Bab 10 Ajakan Makan Pagi
Bab 10 Ajakan Makan Pagi
Semenjak hubungan rumah tangga kedua orang tuaku mulai tidak harmonis, aku jarang sekali tertawa bahagia seperti malam itu.
"Bapak tidak sedang mengada-ada, 'kan? Bapak serius status yang diunggah tadi memang benar ditujukan untuk saya?"
Aku merekam suaraku sendiri kemudian segera aku kirimkan kepada Pak Eleanor. Pak Eleanor sesaat kemudian mengirim voice note balik kepadaku.
"Benar sekali. Jujur, ya, Ariel. Bapak benar-benar sangat mencemaskanmu. Bahkan pada saat sesi perkenalan Bapak dengan teman-teman sekelasmu yang lain, Bapak beberapa kali mendapati kamu selalu menunduk ke bawah.
Bapak sampai-sampai bertanya-tanya sendiri dalam hati, kenapa dengan ini anak? Kenapa dia enggan mendengarkan celotehan dan candaan orang-orang di sekelilingnya?"

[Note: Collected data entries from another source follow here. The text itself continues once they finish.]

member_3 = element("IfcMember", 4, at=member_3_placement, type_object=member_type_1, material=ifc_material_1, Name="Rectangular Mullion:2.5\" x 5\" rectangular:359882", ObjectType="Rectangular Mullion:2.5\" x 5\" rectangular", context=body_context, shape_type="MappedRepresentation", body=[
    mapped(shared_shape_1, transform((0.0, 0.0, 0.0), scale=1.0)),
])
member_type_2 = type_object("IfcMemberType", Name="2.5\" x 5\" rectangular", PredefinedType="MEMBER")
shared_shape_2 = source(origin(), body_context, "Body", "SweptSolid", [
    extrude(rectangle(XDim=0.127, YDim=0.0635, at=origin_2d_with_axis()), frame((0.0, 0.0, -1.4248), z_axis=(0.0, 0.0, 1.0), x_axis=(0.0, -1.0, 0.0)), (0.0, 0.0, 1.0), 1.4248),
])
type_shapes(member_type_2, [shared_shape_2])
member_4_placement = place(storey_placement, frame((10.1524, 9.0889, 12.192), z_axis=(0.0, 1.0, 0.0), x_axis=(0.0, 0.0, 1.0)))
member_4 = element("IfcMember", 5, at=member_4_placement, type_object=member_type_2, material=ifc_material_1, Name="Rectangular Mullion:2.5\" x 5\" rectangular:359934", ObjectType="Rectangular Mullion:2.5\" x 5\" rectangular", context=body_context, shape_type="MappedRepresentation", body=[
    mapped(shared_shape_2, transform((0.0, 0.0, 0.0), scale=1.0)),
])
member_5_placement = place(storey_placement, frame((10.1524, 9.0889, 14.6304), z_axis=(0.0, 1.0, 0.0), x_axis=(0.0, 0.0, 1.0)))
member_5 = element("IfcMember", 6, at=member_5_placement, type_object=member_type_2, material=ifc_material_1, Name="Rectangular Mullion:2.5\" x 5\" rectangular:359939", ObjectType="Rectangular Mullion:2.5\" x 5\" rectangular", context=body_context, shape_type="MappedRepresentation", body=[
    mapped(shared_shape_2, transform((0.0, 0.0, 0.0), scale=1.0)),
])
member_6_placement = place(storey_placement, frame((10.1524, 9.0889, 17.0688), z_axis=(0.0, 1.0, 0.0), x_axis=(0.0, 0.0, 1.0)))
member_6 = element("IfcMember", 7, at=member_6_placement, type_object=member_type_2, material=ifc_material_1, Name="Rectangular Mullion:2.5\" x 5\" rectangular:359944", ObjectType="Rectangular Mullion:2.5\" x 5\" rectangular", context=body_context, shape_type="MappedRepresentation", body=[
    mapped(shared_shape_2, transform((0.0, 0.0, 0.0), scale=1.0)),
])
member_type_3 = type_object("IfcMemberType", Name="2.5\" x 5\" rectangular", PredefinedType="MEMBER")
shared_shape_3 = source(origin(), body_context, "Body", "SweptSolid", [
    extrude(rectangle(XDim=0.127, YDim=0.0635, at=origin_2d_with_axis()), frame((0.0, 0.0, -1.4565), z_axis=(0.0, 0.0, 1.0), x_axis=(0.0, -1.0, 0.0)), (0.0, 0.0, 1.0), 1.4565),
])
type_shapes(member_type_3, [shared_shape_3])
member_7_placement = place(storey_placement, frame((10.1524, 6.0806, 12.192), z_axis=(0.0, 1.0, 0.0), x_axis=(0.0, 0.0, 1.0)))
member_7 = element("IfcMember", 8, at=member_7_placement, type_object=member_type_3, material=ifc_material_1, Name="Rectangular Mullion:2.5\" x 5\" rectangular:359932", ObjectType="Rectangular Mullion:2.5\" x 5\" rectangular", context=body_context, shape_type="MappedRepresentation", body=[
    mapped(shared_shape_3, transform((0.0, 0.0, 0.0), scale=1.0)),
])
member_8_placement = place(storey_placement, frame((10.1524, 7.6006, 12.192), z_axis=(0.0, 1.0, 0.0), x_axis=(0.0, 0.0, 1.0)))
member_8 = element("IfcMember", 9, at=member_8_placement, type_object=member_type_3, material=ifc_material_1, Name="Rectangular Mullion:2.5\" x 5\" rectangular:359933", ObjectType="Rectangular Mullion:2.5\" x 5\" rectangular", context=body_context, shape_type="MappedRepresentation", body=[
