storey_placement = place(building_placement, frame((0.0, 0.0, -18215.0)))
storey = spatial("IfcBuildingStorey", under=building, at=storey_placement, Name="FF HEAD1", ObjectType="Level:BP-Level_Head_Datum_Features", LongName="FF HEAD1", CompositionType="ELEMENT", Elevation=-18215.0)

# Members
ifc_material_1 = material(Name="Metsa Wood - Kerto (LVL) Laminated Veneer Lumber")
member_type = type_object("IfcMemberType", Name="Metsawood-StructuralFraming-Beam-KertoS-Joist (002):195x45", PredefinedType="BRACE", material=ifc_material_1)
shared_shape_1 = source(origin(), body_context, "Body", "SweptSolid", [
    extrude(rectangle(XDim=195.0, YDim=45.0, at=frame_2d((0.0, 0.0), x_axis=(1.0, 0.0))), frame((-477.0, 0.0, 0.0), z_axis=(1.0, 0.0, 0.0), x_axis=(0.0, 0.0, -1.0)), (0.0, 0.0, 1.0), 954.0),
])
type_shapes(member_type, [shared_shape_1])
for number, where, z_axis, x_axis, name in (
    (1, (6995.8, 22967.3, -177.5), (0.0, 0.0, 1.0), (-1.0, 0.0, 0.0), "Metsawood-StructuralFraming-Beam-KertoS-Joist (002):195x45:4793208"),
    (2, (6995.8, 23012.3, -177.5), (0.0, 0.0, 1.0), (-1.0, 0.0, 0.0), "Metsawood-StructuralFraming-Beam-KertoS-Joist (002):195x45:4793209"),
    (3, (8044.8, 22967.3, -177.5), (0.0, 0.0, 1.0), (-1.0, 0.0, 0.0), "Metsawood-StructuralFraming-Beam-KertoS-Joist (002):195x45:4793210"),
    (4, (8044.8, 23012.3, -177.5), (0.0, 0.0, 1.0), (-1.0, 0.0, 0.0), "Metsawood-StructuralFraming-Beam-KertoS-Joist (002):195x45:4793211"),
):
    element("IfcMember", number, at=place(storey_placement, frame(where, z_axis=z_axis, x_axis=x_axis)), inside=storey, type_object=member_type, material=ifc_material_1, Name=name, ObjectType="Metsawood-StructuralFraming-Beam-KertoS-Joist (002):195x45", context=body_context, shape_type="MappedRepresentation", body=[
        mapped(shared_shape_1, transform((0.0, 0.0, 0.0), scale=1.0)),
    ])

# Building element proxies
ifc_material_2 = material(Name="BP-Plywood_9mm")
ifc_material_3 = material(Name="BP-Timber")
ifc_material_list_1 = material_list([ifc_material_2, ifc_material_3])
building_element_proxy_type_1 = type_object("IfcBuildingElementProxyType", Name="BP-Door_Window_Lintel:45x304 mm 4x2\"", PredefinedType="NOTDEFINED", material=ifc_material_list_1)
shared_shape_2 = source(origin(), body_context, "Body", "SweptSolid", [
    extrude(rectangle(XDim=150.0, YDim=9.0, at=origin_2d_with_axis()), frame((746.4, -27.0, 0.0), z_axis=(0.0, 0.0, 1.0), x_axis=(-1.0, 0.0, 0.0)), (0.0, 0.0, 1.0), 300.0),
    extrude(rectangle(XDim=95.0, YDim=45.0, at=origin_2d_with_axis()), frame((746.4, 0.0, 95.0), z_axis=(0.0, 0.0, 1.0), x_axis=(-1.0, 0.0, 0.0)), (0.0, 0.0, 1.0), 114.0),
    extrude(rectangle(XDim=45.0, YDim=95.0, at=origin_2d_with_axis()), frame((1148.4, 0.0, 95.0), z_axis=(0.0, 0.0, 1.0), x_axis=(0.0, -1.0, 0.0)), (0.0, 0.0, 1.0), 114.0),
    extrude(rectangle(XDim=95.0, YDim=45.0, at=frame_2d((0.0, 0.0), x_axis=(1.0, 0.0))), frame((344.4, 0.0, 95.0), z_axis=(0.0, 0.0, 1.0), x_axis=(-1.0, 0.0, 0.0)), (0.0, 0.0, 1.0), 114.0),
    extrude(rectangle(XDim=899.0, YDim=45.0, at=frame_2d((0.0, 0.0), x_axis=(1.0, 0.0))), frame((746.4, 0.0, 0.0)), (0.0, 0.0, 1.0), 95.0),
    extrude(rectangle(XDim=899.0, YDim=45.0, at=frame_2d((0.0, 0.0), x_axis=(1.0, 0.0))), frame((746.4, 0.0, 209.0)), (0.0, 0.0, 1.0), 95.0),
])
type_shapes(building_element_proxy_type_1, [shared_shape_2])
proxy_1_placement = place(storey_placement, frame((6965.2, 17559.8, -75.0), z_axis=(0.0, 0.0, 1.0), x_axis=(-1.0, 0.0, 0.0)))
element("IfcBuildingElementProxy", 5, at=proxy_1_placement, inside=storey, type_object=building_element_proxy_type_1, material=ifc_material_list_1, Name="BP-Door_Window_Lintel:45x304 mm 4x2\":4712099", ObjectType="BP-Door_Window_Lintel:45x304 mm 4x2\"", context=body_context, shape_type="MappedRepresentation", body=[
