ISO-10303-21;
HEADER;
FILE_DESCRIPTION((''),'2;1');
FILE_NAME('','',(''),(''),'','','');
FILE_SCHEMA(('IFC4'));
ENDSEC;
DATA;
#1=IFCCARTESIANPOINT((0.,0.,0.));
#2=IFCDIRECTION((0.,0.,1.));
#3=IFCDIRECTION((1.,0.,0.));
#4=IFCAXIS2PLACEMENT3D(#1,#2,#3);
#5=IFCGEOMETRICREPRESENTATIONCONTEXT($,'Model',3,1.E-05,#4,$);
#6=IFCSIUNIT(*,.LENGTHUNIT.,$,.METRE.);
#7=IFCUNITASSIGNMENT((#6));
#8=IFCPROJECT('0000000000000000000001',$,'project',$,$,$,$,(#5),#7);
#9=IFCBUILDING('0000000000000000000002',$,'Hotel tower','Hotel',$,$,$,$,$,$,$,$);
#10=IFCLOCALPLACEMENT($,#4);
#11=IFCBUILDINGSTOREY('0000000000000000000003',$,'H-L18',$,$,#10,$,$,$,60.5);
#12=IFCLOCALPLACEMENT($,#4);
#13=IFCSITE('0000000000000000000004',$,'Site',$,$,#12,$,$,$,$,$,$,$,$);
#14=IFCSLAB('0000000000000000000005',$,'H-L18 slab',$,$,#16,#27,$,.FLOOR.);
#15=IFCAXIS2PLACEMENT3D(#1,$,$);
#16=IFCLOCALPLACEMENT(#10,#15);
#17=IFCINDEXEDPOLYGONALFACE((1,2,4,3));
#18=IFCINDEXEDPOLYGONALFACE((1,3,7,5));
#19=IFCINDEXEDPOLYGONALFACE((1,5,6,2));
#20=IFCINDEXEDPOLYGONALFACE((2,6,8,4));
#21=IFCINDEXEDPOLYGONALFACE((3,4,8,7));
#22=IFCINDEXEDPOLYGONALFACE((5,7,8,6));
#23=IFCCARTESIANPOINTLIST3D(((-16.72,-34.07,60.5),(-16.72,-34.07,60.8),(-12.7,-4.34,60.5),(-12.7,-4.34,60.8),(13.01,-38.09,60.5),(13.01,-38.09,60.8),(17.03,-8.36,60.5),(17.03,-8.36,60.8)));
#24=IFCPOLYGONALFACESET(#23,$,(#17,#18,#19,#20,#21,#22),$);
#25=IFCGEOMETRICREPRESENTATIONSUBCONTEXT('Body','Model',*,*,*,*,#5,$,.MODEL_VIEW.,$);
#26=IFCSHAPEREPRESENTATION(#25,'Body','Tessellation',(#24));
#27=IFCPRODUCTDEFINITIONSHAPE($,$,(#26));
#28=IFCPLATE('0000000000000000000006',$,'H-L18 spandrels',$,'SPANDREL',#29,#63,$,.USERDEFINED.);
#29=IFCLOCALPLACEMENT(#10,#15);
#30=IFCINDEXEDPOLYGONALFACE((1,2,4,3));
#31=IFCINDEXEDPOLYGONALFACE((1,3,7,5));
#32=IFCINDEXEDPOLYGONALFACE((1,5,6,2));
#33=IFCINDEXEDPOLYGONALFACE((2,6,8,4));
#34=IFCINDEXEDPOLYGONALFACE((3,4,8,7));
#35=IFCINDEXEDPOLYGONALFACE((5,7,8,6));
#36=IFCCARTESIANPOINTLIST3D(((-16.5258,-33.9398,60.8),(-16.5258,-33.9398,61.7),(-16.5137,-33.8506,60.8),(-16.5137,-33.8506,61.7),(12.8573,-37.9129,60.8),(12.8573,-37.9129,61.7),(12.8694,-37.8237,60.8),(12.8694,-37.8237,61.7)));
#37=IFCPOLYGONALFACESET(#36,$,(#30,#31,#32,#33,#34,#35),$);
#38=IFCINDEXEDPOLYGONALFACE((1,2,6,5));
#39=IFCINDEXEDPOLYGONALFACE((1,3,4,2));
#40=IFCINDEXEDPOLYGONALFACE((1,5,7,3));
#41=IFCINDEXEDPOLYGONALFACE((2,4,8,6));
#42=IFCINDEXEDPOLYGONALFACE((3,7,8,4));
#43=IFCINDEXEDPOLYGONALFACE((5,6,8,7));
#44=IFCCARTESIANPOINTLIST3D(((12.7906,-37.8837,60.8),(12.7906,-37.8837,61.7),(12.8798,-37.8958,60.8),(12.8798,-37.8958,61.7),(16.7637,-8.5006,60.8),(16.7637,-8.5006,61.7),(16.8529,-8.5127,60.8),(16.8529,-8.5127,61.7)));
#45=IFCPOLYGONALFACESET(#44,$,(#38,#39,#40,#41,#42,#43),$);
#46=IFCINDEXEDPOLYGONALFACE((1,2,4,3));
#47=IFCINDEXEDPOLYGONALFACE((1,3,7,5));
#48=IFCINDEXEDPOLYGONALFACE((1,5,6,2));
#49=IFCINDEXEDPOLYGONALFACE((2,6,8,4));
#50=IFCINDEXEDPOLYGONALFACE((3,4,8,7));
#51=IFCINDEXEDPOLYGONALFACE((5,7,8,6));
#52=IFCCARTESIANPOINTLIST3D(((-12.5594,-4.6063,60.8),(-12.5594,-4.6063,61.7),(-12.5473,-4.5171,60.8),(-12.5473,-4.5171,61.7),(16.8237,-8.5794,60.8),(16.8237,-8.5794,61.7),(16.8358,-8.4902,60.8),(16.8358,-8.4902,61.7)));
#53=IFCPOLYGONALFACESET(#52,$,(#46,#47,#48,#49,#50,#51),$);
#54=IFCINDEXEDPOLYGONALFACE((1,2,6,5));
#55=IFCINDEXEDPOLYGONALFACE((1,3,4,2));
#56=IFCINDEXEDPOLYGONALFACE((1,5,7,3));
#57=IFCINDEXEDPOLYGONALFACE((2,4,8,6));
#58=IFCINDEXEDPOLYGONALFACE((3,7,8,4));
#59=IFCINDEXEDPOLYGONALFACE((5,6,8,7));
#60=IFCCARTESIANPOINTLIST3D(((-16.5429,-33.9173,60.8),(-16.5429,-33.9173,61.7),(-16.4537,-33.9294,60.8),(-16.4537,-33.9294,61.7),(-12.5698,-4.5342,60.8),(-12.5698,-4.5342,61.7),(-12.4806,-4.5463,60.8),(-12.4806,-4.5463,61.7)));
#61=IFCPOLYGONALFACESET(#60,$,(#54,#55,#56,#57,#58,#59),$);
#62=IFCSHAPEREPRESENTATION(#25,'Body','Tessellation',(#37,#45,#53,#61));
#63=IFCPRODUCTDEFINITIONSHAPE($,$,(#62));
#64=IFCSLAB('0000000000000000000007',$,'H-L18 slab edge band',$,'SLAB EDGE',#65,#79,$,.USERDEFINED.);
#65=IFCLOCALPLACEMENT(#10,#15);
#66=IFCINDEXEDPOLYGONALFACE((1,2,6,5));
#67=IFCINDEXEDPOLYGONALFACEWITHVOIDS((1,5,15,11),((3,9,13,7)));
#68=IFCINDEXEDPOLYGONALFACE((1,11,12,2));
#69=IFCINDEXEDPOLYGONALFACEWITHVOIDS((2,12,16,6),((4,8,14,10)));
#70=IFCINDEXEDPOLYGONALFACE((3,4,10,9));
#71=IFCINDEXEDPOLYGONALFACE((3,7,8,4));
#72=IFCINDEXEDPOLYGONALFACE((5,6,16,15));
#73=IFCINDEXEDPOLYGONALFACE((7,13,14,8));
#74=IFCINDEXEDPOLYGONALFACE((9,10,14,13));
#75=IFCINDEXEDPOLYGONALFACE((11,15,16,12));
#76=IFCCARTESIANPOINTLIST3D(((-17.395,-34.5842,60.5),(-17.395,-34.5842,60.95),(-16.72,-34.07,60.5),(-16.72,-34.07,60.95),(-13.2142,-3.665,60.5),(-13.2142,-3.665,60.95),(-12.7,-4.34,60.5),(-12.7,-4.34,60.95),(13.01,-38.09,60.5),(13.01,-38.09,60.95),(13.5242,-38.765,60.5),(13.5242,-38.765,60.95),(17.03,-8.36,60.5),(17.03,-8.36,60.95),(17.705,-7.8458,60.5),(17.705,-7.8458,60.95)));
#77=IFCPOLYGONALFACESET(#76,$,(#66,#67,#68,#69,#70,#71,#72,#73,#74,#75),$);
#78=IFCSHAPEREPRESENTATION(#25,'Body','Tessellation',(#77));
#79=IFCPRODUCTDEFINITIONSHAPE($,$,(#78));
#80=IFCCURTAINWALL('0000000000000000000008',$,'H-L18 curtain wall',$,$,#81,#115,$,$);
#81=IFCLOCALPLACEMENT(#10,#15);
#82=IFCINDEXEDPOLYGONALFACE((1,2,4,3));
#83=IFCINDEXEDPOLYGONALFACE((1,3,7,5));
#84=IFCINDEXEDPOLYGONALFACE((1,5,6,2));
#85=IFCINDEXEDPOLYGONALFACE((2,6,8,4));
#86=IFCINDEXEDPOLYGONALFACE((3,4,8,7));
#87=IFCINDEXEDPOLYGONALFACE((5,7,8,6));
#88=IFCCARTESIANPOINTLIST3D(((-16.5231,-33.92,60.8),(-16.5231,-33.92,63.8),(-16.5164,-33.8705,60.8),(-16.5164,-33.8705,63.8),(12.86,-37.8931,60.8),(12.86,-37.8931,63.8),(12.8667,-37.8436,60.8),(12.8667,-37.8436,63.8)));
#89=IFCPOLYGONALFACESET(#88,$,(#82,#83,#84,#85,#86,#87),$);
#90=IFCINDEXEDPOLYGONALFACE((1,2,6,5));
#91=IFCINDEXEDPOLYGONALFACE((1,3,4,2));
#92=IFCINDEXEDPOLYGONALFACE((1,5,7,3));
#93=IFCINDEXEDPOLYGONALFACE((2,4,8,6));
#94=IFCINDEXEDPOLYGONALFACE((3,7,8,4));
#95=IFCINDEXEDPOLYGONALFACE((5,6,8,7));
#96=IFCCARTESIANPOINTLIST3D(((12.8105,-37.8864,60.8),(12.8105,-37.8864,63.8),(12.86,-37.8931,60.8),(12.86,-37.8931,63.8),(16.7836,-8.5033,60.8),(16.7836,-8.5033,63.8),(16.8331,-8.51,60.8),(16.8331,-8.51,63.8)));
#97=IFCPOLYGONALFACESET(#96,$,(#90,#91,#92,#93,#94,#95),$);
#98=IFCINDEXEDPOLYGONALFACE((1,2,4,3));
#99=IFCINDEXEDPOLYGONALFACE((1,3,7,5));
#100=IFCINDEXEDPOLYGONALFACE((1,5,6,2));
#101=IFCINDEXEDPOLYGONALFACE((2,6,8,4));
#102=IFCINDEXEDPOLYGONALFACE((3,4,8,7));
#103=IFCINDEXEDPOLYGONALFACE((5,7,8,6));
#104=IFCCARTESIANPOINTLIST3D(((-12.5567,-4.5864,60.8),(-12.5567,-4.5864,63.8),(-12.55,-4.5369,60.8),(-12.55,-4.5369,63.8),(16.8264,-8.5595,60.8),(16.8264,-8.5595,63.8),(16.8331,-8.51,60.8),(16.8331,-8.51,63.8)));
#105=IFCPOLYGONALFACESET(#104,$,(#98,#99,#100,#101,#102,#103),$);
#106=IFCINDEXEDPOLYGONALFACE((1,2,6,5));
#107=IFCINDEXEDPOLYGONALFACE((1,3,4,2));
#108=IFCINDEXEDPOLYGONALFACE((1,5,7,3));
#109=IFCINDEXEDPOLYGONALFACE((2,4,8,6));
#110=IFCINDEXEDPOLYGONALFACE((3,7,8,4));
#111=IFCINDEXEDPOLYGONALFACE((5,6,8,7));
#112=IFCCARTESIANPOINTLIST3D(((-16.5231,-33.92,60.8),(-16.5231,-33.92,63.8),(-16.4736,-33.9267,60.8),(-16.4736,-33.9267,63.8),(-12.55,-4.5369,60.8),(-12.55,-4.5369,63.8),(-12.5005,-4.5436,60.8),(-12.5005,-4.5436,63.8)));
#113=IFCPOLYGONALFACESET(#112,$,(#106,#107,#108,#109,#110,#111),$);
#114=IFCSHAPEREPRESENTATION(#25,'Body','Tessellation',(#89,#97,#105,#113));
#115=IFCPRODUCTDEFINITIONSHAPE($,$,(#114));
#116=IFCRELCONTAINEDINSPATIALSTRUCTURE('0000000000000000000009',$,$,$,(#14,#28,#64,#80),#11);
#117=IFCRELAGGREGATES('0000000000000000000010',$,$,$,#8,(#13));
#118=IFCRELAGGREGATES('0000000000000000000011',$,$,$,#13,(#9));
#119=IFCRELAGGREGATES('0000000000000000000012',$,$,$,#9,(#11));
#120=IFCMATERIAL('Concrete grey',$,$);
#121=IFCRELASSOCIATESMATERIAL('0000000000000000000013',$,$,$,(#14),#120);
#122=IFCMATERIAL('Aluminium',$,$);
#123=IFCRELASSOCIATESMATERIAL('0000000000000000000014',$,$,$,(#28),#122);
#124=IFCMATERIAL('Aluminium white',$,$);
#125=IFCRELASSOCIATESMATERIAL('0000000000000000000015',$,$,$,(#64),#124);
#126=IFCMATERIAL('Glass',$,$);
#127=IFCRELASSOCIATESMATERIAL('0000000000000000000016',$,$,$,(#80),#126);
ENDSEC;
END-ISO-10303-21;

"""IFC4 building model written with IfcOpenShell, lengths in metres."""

from ifc_helpers import new_model, si_unit, frame, origin_with_axes, place, context, subcontext, project, spatial, polyline, outline, extrude, material, element, save


model = new_model("IFC4")

# Units and contexts
model_context = context("Model", 3, precision=1e-05, world=origin_with_axes())
body_context = subcontext(model_context, "Body", "Model", "MODEL_VIEW")
ifc_project = project(units=[si_unit("LENGTHUNIT", "METRE")], contexts=[model_context])

# Site, building, storey
site_placement = place(None, origin_with_axes())
site = spatial("IfcSite", under=ifc_project, at=site_placement, Name="Site")
building = spatial("IfcBuilding", under=site, Name="Hotel tower", Description="Hotel")
storey_placement = place(None, origin_with_axes())
storey = spatial("IfcBuildingStorey", under=building, at=storey_placement, Name="H-L18", Elevation=60.5)

# Shared definitions
ifc_material_1 = material(Name="Aluminium")

# Slab
ifc_material_2 = material(Name="Concrete grey")
slab_1_placement = place(storey_placement, origin_with_axes())
element("IfcSlab", 1, at=slab_1_placement, inside=storey, material=ifc_material_2, Name="H-L18 slab", PredefinedType="FLOOR", context=body_context, shape_type="SweptSolid", body=[
    extrude(outline(polyline([(-16.72, -34.07), (13.01, -38.09), (17.03, -8.36), (-12.7, -4.34), (-16.72, -34.07)])), frame((0.0, 0.0, 60.5), z_axis=(0.0, 0.0, 1.0), x_axis=(1.0, 0.0, 0.0)), (0.0, 0.0, 1.0), 0.3),
])

# Plate
plate_placement = place(storey_placement, origin_with_axes())
element("IfcPlate", 2, at=plate_placement, inside=storey, material=ifc_material_1, Name="H-L18 spandrels", ObjectType="SPANDREL", PredefinedType="USERDEFINED", context=body_context, shape_type="SweptSolid", body=[
    extrude(outline(polyline([(-16.5258, -33.9398), (12.8573, -37.9129), (12.8694, -37.8237), (-16.5137, -33.8506), (-16.5258, -33.9398)])), frame((0.0, 0.0, 60.8), z_axis=(0.0, 0.0, 1.0), x_axis=(1.0, 0.0, 0.0)), (0.0, 0.0, 1.0), 0.9),
    extrude(outline(polyline([(12.8798, -37.8958), (16.8529, -8.5127), (16.7637, -8.5006), (12.7906, -37.8837), (12.8798, -37.8958)])), frame((0.0, 0.0, 60.8), z_axis=(0.0, 0.0, 1.0), x_axis=(1.0, 0.0, 0.0)), (0.0, 0.0, 1.0), 0.9),
    extrude(outline(polyline([(16.8358, -8.4902), (-12.5473, -4.5171), (-12.5594, -4.6063), (16.8237, -8.5794), (16.8358, -8.4902)])), frame((0.0, 0.0, 60.8), z_axis=(0.0, 0.0, 1.0), x_axis=(1.0, 0.0, 0.0)), (0.0, 0.0, 1.0), 0.9),
    extrude(outline(polyline([(-12.5698, -4.5342), (-16.5429, -33.9173), (-16.4537, -33.9294), (-12.4806, -4.5463), (-12.5698, -4.5342)])), frame((0.0, 0.0, 60.8), z_axis=(0.0, 0.0, 1.0), x_axis=(1.0, 0.0, 0.0)), (0.0, 0.0, 1.0), 0.9),
])

# Slab
ifc_material_3 = material(Name="Aluminium white")
slab_2_placement = place(storey_placement, origin_with_axes())
element("IfcSlab", 3, at=slab_2_placement, inside=storey, material=ifc_material_3, Name="H-L18 slab edge band", ObjectType="SLAB EDGE", PredefinedType="USERDEFINED", context=body_context, shape_type="SweptSolid", body=[
    extrude(outline(polyline([(-17.395, -34.5842), (13.5242, -38.765), (17.705, -7.8458), (-13.2142, -3.665), (-17.395, -34.5842)]), holes=[polyline([(-16.72, -34.07), (13.01, -38.09), (17.03, -8.36), (-12.7, -4.34), (-16.72, -34.07)])]), frame((0.0, 0.0, 60.5), z_axis=(0.0, 0.0, 1.0), x_axis=(1.0, 0.0, 0.0)), (0.0, 0.0, 1.0), 0.45),
])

Suara Pak Eleanor memang begitu lembut bahkan mendayu-dayu. Namun, aku berusaha sekuat mungkin agar tidak terhanyut terlalu dalam oleh buaian suaranya. Aku lebih memilih untuk fokus dengan topik pembicaraan yang sedang aku dan Pak Eleanor perbincangkan malam itu.
"Hahaha ... bagaimana Bapak bisa tahu? Apakah Bapak seorang cenayang?"
Seperti itulah kalimat yang aku ketikkan di layar ponsel milikku. Tak mau menunggu terlalu lama, aku langsung menekan tombol kirim untuk mengirim pesan chat tersebut, sebagai balasan pesan suara Pak Eleanor sebelumnya.
"Ternyata benar, ya. Kenapa kamu melakukan hal seperti itu? Apa kamu sedang ada masalah atau bagaimana? Jika memang benar kamu sedang ada masalah, kamu bisa mencurahkan semua masalahmu itu kepada Bapak. Itu pun jika kamu berkenan. Namun, jika kamu tidak berkenan juga tidak apa-apa."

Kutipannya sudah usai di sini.